Incidentally, I'd not yet made a formal change of my doctrinal views regarding the gifts of the Holy Spirit. At this point, I still allowed that there might be some true gifts in operation today, but on the other hand I was well aware that if there were such gifts, I had never seen them even once. I was not yet a cessationist, but I'd already come to the place where I denied the validity of all the gifts I'd seen exercised in the churches I'd attended. It wasn't until a couple of years later that I came to embrace the Reformed faith and the sufficiency of Scripture.

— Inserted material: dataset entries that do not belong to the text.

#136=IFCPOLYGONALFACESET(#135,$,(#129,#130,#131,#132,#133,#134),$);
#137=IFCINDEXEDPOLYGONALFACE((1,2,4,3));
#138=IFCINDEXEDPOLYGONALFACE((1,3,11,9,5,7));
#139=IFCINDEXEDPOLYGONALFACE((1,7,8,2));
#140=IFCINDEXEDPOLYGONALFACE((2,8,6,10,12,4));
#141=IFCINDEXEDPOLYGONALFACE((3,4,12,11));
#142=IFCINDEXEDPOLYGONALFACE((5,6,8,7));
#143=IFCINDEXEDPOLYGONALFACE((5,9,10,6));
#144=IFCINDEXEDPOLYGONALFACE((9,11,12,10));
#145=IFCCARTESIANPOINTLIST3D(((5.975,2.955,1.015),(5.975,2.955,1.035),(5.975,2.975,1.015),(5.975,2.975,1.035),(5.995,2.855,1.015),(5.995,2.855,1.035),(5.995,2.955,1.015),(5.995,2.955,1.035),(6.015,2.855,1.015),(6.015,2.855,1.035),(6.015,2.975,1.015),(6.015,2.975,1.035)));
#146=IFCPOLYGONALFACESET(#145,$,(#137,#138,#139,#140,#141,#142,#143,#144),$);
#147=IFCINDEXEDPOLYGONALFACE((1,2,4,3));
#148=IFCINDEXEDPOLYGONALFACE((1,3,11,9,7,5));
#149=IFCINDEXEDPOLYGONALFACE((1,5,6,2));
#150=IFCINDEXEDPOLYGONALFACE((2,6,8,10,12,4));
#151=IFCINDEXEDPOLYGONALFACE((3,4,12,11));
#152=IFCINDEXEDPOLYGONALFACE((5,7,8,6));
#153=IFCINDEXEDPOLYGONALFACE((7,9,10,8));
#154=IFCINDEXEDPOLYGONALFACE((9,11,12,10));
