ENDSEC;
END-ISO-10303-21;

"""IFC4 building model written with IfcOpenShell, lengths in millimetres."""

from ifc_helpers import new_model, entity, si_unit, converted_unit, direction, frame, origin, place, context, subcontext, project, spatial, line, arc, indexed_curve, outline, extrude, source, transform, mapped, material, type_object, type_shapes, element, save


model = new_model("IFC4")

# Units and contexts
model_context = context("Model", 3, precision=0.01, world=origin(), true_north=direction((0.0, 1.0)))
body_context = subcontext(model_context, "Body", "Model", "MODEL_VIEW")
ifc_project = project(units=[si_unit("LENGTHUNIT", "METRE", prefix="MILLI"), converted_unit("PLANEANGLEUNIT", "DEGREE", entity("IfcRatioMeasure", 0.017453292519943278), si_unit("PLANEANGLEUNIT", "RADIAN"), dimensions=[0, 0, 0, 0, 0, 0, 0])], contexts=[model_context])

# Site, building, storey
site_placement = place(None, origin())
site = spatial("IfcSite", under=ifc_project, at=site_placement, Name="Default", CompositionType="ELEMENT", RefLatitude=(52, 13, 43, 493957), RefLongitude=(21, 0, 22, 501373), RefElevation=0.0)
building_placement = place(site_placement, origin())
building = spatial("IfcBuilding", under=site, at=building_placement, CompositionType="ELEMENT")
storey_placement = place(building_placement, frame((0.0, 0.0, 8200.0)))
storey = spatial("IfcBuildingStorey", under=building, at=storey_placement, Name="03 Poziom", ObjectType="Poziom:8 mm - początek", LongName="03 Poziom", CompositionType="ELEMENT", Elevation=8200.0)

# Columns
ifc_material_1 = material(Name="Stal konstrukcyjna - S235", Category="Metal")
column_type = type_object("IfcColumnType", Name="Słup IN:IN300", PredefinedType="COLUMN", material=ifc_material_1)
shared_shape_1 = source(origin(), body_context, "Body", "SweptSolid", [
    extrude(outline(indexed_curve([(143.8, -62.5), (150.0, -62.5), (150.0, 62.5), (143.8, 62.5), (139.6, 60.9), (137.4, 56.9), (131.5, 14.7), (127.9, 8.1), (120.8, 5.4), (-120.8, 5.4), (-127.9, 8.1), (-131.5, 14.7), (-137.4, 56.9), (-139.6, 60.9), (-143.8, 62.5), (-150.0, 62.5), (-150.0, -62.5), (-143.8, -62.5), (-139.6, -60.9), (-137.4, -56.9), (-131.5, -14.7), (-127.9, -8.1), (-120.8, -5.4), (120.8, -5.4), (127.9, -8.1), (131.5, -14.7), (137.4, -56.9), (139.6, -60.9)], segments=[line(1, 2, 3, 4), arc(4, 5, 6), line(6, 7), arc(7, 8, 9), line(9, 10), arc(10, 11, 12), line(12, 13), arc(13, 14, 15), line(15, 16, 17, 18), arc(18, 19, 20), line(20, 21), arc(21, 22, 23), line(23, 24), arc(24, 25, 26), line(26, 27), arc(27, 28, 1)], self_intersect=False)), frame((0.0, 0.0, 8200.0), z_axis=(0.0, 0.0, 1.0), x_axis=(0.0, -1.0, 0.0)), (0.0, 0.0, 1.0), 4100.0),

Through the wonder that is the Internet, I sometimes encounter Charismatics. How much they remind me of myself during my honeymoon days, when the excitement of my spiritual gifts was so strong! Although I take every opportunity to share this testimony with them, they are just as blind and deaf as I was. Their spiritual pride is still too strong for them to consider that their "walk with God" has degenerated to something that's little better than an addiction to allegedly spiritual highs. Sadly, it seems that no one sees the devastation and misery that awaits once the honeymoon is over. May God use my testimony as well as that of other ex-Charismatics to warn these poor souls and bring many to their senses before it's too late!